There was an episode of "How I Met Your Mother" that discussed the theory that every “good relationship” has both a “reacher” and a “settler.”
One person "reaches" for someone who's out of their league and the other person "settles" for someone below theirs. But is this theory really valid? I know that for my personal love life, it doesn't really ring true, so I had to explore it.
Evolutionary psychology suggests that people end up matched with mates of equal "value."
For instance, if you and your significant other were to be rated on your attractiveness and you were rated as a “7,” then your significant other would be rated around a 6 or 7 also, as the theory suggests that pairs have similar “mate value” in their communities.
Across different cultures, evolutionary theory research has found that people want to be with the best they can get.
It is suggested that people aren't only settling for "the best they can get" because people are also very much attracted to their mates (of similar attractiveness).
Evolutionary theories can be helpful in understanding mating preferences and dating behaviors, but when it comes to the emotion of love, you have to recognize its limitations.
Physical attraction is only part of it.
How are we to judge the connection between two people? And how are we to judge who is settling for whom?
Yes, we see some couples and we may think, “He's too good for her” or “What does she see in him?” And, yes, we all know those people who confess they aren't in love or they may be cheating, etc.
In those cases, it's more evident someone was “settling” for a relationship (for whatever the reason may be).
In most cases, however, I would argue the reason most long-term relationships work is that no one was settling or reaching.

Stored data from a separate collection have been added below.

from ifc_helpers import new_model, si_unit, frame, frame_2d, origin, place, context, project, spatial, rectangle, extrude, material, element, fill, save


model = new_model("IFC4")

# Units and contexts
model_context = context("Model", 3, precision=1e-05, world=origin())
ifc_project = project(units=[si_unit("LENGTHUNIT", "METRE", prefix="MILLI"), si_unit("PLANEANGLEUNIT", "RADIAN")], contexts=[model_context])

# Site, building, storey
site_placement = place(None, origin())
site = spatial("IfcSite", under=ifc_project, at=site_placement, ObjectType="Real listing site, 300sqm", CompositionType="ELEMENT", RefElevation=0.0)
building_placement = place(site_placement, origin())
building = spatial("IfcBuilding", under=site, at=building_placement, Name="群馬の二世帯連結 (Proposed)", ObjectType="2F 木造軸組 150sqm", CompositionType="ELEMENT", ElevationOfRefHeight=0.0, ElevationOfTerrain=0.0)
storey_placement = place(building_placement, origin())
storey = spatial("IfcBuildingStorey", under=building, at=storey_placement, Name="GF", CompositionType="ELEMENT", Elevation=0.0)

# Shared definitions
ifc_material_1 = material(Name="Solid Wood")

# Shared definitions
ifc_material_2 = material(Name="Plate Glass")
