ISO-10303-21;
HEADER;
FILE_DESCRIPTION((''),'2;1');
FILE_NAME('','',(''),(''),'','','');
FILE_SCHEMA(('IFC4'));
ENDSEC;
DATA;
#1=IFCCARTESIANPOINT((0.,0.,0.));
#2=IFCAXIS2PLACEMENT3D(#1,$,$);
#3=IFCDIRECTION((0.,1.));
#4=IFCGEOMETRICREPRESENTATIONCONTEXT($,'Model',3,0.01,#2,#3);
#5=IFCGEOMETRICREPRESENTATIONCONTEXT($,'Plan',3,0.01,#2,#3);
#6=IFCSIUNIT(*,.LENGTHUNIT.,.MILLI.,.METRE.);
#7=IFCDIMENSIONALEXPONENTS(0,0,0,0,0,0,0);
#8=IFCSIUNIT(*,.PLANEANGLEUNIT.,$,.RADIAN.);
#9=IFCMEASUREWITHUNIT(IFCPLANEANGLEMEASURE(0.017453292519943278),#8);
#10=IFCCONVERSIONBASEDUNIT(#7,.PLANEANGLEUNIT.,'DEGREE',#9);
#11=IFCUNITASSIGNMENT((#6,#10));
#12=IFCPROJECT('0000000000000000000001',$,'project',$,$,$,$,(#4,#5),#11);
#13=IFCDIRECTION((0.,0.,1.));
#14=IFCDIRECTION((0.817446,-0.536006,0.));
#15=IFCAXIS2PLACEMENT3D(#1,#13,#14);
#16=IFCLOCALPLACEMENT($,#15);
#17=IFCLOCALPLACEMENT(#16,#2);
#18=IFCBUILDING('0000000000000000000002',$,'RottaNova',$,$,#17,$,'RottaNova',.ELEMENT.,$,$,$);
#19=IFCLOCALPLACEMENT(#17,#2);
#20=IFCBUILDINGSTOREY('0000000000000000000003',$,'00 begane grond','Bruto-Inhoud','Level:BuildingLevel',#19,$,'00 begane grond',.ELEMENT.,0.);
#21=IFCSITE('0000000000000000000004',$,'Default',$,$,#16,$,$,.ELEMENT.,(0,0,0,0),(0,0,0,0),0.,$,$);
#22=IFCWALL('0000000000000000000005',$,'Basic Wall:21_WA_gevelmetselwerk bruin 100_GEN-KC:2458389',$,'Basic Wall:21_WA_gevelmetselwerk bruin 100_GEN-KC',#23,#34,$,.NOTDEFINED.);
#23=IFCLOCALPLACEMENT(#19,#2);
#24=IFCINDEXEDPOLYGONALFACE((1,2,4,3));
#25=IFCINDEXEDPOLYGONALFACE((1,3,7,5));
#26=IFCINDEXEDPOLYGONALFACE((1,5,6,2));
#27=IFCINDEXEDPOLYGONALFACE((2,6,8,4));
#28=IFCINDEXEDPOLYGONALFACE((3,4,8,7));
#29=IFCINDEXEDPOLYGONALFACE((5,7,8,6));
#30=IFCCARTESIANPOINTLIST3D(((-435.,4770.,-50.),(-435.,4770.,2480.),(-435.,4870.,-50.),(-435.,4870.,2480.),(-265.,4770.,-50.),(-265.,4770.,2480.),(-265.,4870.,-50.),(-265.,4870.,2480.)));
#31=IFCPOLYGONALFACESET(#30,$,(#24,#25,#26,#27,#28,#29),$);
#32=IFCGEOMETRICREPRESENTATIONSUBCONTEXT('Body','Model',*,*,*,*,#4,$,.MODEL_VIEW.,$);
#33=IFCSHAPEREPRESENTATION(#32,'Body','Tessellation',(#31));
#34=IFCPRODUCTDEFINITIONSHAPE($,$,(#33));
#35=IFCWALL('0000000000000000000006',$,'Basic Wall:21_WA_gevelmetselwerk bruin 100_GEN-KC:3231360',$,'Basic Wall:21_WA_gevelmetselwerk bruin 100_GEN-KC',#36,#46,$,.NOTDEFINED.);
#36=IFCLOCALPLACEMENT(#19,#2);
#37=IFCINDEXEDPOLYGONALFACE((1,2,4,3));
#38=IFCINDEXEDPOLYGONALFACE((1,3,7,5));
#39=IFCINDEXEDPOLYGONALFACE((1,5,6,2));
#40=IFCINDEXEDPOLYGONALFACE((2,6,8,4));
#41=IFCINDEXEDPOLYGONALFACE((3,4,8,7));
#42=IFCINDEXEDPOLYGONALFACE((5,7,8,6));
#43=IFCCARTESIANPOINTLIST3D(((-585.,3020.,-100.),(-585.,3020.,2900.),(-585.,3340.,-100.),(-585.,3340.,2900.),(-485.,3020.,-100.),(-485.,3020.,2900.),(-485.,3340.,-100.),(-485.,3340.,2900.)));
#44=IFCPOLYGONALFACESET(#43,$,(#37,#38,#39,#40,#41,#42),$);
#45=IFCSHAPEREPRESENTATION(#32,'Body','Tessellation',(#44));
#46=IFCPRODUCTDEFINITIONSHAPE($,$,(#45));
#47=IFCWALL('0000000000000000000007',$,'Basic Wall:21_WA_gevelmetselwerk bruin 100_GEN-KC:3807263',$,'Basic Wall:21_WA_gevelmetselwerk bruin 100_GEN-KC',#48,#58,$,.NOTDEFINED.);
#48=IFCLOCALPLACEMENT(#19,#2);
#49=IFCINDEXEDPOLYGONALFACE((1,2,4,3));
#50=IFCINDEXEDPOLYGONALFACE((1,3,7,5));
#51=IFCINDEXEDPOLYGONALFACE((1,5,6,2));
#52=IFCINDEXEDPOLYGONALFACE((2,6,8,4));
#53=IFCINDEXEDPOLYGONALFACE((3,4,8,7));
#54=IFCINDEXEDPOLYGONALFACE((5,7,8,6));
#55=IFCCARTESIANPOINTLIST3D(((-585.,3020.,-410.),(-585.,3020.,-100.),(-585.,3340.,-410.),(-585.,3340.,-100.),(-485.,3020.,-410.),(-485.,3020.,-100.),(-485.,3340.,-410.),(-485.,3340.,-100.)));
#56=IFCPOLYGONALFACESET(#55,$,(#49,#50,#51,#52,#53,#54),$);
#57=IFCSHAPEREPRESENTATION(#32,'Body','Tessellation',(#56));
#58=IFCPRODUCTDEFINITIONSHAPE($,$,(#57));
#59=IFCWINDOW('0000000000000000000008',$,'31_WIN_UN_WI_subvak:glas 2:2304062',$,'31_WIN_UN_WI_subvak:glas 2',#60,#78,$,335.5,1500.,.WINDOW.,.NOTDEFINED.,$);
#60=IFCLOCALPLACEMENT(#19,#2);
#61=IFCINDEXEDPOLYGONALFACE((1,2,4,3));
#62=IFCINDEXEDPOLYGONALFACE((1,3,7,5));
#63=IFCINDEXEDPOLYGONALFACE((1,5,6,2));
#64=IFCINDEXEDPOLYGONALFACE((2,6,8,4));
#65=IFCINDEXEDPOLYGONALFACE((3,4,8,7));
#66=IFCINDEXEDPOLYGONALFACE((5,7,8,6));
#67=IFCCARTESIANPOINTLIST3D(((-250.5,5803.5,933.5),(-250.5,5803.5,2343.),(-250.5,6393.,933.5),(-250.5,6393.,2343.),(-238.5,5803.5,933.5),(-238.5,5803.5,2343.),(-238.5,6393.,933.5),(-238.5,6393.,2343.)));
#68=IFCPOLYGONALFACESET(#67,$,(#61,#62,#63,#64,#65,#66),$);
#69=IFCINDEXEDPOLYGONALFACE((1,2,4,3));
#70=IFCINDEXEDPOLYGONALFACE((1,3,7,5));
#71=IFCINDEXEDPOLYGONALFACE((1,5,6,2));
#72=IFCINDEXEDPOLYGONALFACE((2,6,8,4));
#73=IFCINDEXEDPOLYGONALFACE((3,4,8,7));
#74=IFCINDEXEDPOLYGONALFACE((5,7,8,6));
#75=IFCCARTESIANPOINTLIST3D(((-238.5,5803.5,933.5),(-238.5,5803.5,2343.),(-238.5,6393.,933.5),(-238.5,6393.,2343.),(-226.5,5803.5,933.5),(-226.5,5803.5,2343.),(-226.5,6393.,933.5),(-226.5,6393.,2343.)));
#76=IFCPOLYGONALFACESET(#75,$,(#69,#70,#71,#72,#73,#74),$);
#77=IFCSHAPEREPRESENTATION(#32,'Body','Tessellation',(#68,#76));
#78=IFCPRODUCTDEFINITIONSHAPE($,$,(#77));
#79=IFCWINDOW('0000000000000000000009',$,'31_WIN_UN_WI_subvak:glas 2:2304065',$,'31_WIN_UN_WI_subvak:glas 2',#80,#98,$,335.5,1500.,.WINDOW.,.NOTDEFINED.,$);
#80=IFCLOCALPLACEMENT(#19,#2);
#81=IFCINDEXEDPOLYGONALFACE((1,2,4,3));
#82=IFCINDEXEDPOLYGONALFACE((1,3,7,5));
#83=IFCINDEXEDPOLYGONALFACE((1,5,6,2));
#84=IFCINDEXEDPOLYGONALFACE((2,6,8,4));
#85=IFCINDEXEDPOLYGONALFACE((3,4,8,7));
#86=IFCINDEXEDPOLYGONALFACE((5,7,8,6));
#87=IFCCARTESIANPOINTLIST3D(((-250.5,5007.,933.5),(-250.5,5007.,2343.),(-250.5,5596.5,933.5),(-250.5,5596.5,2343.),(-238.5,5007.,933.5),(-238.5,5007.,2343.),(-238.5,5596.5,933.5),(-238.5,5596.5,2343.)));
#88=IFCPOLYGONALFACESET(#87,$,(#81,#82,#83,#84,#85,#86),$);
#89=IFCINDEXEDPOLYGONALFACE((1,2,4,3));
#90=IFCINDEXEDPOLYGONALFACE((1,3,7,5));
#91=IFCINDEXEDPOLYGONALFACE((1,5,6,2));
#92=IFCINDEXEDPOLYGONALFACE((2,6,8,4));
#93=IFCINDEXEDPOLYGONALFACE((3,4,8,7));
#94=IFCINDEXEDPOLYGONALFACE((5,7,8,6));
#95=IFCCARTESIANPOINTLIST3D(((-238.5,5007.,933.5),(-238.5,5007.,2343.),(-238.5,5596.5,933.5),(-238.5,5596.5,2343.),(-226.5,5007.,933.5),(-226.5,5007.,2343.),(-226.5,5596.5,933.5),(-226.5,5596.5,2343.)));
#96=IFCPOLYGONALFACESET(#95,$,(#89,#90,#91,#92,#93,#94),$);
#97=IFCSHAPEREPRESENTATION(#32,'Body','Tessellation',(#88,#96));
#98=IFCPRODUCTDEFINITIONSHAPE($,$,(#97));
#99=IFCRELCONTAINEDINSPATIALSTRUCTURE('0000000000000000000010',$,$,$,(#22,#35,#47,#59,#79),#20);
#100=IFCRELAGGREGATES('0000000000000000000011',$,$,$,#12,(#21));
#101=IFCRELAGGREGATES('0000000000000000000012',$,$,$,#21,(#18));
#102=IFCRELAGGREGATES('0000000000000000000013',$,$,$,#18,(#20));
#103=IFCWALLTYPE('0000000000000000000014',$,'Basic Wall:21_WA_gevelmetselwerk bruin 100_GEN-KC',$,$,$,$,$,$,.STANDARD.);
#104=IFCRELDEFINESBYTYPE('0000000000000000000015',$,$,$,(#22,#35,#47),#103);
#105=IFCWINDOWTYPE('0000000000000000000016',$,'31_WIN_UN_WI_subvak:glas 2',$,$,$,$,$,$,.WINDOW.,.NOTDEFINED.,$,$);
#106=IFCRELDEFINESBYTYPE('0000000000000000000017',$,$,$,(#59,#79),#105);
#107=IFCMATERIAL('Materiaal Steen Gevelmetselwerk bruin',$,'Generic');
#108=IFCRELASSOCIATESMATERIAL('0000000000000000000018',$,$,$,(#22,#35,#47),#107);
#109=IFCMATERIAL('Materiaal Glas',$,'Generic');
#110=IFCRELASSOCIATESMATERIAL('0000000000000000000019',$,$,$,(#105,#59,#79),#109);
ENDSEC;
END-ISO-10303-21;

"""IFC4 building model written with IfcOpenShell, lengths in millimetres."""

from ifc_helpers import new_model, entity, si_unit, converted_unit, direction, frame, origin, place, context, subcontext, project, spatial, indexed_curve, outline, extrude, source, transform, mapped, material, type_object, type_shapes, element, save


model = new_model("IFC4")

# Units and contexts
model_context = context("Model", 3, precision=0.01, world=origin(), true_north=direction((0.0, 1.0)))
plan_context = context("Plan", 3, precision=0.01, world=origin(), true_north=direction((0.0, 1.0)))
body_context = subcontext(model_context, "Body", "Model", "MODEL_VIEW")
ifc_project = project(units=[si_unit("LENGTHUNIT", "METRE", prefix="MILLI"), converted_unit("PLANEANGLEUNIT", "DEGREE", entity("IfcPlaneAngleMeasure", 0.017453292519943278), si_unit("PLANEANGLEUNIT", "RADIAN"), dimensions=[0, 0, 0, 0, 0, 0, 0])], contexts=[model_context, plan_context])

# Site, building, storey
site_placement = place(None, frame((0.0, 0.0, 0.0), z_axis=(0.0, 0.0, 1.0), x_axis=(0.817446, -0.536006, 0.0)))
site = spatial("IfcSite", under=ifc_project, at=site_placement, Name="Default", CompositionType="ELEMENT", RefLatitude=(0, 0, 0, 0), RefLongitude=(0, 0, 0, 0), RefElevation=0.0)
building_placement = place(site_placement, origin())
building = spatial("IfcBuilding", under=site, at=building_placement, Name="RottaNova", LongName="RottaNova", CompositionType="ELEMENT")
storey_placement = place(building_placement, origin())
storey = spatial("IfcBuildingStorey", under=building, at=storey_placement, Name="00 begane grond", Description="Bruto-Inhoud", ObjectType="Level:BuildingLevel", LongName="00 begane grond", CompositionType="ELEMENT", Elevation=0.0)

# Shared definitions
ifc_material_1 = material(Name="Materiaal Glas", Category="Generic")
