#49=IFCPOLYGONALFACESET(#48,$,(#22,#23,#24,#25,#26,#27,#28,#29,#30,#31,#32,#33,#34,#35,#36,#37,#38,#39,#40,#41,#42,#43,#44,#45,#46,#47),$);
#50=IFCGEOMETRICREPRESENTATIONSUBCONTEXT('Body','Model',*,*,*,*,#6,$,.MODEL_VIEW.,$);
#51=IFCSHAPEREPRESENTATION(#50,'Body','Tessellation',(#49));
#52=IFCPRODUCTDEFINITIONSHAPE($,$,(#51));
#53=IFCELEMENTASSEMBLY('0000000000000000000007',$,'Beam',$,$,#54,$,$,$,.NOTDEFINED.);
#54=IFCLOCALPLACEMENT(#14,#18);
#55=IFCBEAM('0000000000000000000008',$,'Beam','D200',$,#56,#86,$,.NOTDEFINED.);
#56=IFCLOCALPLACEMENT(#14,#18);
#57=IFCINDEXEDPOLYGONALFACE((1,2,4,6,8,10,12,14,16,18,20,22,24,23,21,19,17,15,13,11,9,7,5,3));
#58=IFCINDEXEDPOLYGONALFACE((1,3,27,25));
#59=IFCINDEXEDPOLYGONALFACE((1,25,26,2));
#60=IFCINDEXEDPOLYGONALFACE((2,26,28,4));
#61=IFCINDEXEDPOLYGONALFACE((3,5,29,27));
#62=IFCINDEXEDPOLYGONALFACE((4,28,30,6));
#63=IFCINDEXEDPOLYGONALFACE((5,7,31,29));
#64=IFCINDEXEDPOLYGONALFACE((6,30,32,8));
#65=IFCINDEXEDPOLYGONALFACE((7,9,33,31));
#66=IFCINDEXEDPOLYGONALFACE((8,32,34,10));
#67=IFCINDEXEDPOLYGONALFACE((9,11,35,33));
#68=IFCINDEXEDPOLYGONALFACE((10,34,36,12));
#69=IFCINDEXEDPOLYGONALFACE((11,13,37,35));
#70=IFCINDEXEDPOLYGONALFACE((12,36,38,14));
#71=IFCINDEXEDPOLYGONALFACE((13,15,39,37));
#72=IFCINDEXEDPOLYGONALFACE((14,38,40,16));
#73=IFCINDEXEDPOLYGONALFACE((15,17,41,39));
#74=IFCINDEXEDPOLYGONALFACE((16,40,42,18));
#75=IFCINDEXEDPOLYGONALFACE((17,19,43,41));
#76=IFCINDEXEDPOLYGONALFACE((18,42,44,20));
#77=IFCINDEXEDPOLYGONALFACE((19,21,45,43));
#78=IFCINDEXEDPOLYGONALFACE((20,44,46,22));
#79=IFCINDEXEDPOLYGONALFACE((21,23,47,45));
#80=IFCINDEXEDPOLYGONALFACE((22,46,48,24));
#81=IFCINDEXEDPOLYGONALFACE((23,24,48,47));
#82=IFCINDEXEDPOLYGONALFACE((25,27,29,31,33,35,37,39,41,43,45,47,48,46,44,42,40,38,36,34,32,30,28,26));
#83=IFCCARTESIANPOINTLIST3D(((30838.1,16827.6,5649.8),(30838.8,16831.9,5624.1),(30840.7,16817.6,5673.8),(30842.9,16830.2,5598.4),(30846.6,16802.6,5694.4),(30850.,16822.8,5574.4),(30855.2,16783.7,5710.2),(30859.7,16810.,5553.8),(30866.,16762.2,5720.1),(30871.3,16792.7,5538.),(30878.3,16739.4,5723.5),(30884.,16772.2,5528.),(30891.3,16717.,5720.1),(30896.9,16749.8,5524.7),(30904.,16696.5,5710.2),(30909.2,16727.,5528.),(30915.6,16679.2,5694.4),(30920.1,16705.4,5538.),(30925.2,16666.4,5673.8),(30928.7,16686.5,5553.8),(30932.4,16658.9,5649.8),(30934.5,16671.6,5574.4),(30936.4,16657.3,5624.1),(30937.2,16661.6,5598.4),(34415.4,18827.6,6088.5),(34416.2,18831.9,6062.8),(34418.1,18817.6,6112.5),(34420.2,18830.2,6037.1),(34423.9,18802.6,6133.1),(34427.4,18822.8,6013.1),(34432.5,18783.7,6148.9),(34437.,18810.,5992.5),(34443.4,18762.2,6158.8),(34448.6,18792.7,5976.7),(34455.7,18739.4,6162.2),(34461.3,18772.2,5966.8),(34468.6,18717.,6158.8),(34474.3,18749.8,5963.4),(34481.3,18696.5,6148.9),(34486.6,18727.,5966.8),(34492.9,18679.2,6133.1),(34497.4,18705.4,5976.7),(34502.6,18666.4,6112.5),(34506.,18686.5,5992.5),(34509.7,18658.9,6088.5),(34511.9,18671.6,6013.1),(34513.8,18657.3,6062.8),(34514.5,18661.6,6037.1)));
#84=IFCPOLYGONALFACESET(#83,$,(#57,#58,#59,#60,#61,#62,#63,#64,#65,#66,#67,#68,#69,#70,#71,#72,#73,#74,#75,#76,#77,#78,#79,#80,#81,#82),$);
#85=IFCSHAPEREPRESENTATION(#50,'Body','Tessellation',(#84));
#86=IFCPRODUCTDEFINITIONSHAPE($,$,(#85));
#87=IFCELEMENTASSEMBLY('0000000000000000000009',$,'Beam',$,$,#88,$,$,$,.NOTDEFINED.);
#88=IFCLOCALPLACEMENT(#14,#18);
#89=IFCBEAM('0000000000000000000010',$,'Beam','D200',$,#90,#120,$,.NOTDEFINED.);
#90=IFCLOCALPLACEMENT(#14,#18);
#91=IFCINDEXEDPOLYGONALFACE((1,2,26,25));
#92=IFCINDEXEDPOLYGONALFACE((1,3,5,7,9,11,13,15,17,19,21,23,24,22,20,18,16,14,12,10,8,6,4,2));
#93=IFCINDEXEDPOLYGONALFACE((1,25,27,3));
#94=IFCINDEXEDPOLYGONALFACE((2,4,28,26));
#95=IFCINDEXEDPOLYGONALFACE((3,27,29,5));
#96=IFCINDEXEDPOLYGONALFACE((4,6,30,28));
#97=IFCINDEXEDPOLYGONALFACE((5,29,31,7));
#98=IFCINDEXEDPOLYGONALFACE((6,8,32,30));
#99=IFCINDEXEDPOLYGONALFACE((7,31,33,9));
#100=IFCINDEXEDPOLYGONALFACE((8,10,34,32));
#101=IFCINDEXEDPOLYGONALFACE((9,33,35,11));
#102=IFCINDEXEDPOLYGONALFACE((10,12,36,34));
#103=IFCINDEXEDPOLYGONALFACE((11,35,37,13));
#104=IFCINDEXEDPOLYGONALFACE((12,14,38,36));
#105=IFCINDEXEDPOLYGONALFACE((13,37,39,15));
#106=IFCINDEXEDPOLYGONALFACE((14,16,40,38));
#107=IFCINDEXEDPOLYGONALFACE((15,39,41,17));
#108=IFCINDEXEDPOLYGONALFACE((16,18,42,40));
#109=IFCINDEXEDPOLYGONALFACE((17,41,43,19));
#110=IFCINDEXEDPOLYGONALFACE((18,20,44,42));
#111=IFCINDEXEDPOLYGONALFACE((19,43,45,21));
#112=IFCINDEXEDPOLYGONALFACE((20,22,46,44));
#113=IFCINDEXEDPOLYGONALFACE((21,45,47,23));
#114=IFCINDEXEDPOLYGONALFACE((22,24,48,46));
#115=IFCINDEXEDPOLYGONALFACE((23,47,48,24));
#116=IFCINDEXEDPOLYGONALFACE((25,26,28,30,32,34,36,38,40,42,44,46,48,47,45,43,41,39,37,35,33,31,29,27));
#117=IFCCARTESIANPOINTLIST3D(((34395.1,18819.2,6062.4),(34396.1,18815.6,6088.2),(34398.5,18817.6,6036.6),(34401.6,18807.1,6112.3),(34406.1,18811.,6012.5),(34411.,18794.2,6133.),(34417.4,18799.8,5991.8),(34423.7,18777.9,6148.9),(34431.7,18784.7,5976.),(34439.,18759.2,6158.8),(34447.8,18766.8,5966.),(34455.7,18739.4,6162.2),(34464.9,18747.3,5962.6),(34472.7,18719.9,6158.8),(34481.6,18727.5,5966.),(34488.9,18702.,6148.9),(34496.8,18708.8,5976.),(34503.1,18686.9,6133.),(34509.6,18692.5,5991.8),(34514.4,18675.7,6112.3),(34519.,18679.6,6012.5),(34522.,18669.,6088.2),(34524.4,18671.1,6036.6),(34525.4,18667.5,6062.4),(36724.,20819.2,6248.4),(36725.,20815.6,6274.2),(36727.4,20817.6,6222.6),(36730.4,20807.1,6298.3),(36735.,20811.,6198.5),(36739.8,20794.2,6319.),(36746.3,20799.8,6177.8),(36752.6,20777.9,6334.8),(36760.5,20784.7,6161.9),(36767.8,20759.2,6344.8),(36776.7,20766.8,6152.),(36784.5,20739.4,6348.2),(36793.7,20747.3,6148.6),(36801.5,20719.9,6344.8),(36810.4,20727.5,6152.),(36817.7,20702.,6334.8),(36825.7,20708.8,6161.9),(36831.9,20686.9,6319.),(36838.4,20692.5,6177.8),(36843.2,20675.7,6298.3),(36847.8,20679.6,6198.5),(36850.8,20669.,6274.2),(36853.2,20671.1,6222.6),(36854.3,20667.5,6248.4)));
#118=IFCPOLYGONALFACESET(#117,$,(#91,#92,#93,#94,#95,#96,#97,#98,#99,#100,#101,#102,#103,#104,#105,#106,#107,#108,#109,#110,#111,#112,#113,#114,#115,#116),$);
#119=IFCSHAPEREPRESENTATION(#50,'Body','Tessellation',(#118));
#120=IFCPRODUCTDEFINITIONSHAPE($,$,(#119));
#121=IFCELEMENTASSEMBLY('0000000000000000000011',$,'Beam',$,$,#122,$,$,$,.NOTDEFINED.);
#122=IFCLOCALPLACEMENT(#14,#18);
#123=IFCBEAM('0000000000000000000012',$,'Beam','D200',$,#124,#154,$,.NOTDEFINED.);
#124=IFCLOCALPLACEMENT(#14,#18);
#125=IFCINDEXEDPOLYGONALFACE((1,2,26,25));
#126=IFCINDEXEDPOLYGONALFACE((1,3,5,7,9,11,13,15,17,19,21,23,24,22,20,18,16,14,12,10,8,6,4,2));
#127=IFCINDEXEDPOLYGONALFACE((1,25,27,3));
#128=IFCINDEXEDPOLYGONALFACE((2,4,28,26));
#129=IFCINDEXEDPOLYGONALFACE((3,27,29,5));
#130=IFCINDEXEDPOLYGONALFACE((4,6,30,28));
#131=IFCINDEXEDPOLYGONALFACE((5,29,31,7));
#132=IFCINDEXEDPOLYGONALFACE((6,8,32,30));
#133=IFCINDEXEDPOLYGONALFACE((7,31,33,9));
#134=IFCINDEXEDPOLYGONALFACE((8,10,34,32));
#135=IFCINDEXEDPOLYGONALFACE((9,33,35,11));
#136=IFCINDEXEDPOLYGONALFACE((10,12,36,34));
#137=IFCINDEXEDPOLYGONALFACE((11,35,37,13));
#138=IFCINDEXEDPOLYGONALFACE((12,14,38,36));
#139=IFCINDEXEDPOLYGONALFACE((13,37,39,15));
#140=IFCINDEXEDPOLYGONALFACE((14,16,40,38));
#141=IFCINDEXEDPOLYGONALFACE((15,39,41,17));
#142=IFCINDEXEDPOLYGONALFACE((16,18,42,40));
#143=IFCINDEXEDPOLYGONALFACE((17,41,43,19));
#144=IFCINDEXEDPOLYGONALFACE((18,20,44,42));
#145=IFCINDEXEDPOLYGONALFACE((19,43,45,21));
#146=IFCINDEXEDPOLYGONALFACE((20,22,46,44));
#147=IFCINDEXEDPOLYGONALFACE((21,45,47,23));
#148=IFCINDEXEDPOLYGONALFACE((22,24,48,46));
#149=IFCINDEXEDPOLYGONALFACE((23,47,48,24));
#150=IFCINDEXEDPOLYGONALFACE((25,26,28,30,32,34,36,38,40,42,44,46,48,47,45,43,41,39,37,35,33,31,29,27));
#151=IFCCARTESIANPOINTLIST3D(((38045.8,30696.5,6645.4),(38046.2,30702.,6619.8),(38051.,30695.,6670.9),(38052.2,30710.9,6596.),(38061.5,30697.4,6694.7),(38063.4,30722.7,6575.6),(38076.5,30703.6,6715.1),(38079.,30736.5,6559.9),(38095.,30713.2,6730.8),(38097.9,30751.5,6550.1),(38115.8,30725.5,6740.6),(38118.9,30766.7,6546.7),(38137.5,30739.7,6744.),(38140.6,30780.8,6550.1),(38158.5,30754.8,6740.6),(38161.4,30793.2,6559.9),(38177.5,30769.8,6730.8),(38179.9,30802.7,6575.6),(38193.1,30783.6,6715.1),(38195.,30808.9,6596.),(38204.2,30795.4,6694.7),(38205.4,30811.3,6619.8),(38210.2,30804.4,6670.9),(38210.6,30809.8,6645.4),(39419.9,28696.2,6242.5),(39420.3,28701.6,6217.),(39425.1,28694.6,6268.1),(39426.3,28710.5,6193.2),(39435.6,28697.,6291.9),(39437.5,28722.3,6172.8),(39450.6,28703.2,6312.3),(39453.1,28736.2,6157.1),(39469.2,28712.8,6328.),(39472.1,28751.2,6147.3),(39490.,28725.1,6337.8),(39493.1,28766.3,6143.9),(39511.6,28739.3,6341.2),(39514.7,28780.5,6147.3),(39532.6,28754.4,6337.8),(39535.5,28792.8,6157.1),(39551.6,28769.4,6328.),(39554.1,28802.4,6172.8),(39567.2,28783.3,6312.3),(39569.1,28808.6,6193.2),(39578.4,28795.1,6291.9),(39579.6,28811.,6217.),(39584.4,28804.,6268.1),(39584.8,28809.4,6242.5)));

Instead, two people who were attracted to each other, for more than just physical reasons, had a strong connection.
If we are going to judge other couples and determine who is the reacher and the settler, it is important to consider the whole package.
For example, a model (let's pretend she's bitchy and mean) who's married to a short bald guy musician (let's pretend he's funny and charismatic) may not be settling for him, but instead they could be of equal value.
...Because there are other favorable attributes beyond just attractiveness.
This perspective takes getting used to, but keep an open mind and examine the whole package, which includes intellect, humor, creativity and so much more.
Self-awareness and experience help us know our “mate value."
I have observed in some people who have a difficult time finding a long-term partner lack that self-awareness.
These people believe they should get that tall, dark and handsome (and rich) guy, or that beautiful, smart, cover girl lookalike. Yet they don't offer the same value in return.
Our mating preferences get shaped by our experiences, positive or negative.
It's OK to have deal breakers, I'll admit that I've overlooked several guys because they weren't tall enough or smart enough for me to be attracted to them, but the truth is, we do discriminate when we choose our mates.
I'm not telling you that you shouldn't be discerning, but that you should be open-minded.
If you're single for a long time and you're wondering why, it could be that you have unrealistic expectations of who your long-term significant other should be.
So get out there and start dating.
Stop thinking that you are too good for him or her and be open to the idea that love sometimes happens with people you wouldn't (initially) expect.
A relationship doesn't need a “reacher” and a “settler” to make it work; it does need equal partners who are in love (regardless if others “understand” it or not).